Kiwis will have to wait once vaccine approved
A Covid-19 vaccine will need to gain Medsafe approval, expected to take several months, even if it’s already rubber-stamped by trusted overseas regulators.
And a GP leader says doctors will need more funding, staff and direction if they are at the forefront of administering a vaccine.
Medsafe, which usually takes close to two years to approve a vaccine, has allowed pharmaceutical companies to make rolling applications – updating Medsafe as more data comes in – to speed up the process.
Britain could give regulatory approval to Pfizer-BioNTech’s Covid-19 vaccine this week, while the United States’ Food and Drug Administration said it would meet on December 10 to discuss whether to authorise the vaccine under emergency use.
New Zealand has pre-ordered 1.5 million doses of the PfizerBioNTech vaccine, which will protect 750,000 people as a double dose is needed.
The first vaccines, which must be kept at -70 degree Celsius, could be rolled out by early 2021.
The Government has also agreed to buy 5 million vials of a single-dose vaccine from Janssen Pharmaceutica once it finishes clinical trials and passes regulatory approvals.
But Dr Helen Petousis-Harris, former director of the World Health Organisation’s global advisory committee on vaccine safety, said emergency-use authorisation had a different risk to benefit assessment.
‘‘The tolerance for reactions needs to be a lot higher [than emergency-use authorisation] because we don’t have people dying right now. If you’re in the US, you’ve got a crisis,’’ she said.
Medsafe will analyse a ‘‘huge stack of data’’ and look at any NZspecific requirements.
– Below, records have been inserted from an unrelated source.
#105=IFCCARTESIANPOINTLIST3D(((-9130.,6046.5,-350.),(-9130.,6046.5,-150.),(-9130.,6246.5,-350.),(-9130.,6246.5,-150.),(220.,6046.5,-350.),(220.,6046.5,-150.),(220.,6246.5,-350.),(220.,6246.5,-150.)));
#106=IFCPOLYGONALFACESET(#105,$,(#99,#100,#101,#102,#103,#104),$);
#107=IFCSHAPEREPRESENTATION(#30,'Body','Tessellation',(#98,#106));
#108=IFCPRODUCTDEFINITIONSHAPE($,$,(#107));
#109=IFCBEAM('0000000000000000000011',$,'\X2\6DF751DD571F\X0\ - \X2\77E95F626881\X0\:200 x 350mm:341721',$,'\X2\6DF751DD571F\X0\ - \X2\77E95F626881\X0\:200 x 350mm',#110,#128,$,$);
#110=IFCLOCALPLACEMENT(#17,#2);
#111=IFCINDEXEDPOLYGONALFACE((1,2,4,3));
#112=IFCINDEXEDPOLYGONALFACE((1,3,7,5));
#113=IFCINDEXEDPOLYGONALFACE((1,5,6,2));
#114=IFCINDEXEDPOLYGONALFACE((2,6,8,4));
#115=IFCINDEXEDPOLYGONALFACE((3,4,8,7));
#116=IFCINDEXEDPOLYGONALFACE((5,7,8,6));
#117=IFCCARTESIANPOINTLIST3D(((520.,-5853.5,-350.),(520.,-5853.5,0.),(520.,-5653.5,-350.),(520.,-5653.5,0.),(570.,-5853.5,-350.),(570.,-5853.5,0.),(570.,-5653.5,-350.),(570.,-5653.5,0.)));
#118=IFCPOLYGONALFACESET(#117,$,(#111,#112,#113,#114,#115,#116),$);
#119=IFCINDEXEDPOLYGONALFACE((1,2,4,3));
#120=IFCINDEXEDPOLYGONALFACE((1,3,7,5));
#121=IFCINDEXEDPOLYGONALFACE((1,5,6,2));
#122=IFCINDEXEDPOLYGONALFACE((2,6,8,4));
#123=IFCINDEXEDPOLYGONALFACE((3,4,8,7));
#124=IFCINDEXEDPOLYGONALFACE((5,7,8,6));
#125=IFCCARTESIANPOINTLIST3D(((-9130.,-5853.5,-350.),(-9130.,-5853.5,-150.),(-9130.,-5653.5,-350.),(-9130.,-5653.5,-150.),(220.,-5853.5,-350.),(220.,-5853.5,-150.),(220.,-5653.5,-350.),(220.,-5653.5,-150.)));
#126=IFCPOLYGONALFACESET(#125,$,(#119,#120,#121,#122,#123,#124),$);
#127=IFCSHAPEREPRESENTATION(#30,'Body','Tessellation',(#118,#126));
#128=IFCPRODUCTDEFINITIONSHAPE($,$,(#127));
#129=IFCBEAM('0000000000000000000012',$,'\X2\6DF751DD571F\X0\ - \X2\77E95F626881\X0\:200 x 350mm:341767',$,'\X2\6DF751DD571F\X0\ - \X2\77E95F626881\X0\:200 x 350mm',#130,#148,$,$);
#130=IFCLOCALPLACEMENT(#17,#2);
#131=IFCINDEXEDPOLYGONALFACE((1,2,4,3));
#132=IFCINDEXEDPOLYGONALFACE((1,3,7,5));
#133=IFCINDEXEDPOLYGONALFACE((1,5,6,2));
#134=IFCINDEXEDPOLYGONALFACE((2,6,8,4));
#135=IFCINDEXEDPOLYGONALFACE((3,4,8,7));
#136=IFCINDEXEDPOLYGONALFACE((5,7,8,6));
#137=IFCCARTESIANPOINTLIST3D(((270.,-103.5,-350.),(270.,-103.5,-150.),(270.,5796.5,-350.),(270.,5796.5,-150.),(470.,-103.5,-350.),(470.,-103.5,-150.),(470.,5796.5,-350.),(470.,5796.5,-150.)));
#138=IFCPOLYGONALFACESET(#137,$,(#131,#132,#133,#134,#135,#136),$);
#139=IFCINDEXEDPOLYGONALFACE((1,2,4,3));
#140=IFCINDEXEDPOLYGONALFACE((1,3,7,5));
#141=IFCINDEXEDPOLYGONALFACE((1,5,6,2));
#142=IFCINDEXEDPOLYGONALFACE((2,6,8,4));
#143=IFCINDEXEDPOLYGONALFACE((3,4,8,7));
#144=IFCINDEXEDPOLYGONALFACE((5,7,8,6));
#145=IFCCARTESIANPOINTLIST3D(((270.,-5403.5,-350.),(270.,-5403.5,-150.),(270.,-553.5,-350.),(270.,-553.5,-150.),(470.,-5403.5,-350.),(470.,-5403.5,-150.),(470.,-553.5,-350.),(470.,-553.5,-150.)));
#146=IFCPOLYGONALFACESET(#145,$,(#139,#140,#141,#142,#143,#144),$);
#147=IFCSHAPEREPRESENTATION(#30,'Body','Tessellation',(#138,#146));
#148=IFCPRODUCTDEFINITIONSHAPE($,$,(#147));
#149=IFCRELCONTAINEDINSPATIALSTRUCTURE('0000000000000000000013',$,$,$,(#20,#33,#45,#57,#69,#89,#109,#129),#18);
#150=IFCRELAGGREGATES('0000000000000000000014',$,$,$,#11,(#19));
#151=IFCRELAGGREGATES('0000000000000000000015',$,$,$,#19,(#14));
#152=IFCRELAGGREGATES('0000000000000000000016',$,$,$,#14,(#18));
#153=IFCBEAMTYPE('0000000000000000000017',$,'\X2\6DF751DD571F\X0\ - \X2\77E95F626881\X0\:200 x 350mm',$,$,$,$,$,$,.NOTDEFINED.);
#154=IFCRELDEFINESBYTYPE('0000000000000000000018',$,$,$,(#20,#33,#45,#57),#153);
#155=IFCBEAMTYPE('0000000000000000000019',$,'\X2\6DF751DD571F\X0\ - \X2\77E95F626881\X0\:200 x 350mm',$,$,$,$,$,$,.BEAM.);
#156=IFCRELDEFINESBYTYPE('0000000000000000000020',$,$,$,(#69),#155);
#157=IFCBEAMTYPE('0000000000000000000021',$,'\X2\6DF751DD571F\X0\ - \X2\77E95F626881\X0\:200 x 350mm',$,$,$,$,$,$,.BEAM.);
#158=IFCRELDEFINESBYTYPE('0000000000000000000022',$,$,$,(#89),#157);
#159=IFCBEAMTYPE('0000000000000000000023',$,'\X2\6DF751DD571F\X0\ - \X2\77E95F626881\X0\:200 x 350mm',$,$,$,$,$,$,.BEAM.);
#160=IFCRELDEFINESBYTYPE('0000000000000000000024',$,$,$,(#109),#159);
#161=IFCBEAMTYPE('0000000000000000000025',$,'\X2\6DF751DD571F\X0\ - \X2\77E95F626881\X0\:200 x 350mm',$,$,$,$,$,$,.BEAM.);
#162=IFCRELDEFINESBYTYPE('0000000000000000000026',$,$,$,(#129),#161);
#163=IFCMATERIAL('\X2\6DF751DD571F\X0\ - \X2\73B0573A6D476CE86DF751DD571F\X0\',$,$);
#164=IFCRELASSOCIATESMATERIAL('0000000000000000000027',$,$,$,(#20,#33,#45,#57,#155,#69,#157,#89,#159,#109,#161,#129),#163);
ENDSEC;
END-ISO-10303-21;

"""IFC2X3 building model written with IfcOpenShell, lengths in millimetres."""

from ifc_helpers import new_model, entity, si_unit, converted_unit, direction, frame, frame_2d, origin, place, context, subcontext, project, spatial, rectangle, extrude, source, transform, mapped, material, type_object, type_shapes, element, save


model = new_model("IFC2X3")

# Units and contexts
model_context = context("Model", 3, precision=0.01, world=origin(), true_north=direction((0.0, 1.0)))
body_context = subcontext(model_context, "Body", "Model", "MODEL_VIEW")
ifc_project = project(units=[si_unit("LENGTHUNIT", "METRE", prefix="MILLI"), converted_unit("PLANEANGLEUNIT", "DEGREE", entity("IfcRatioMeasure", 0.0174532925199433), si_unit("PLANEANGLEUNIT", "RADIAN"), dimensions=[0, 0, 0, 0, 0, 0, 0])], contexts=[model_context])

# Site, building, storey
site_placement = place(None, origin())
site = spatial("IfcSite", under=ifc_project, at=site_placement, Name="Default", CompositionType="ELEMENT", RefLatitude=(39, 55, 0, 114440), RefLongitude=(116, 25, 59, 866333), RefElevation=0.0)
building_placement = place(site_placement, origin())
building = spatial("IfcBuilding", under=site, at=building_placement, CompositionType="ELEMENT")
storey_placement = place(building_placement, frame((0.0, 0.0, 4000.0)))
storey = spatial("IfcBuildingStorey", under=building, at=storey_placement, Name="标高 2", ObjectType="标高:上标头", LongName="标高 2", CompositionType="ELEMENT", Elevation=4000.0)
‘‘It is not going to get the big tick in New Zealand unless they are satisfied,’’ she said. ‘‘They have really got their work cut out for them now.’’
A Medsafe spokesman said the regulator could make a decision within a few months, once it had the full dataset.
‘‘We cannot give an exact timeframe due to the variables involved but – using a rolling submission processes and building on any earlier approvals of trusted regulators in Australia, UK, Canada, Europe and the USA – we expect to progress quickly,’’ he said.
Dr Bryan Betty, medical director of the Royal New Zealand College of General Practitioners. said GPs would need clear direction around who gets the first doses.
Frontline Covid-19 workers, including border and healthcare staff, are expected to receive the first doses. People more susceptible to Covid-19 – including older communities as well as Ma¯ori and Pasifika – are next in line.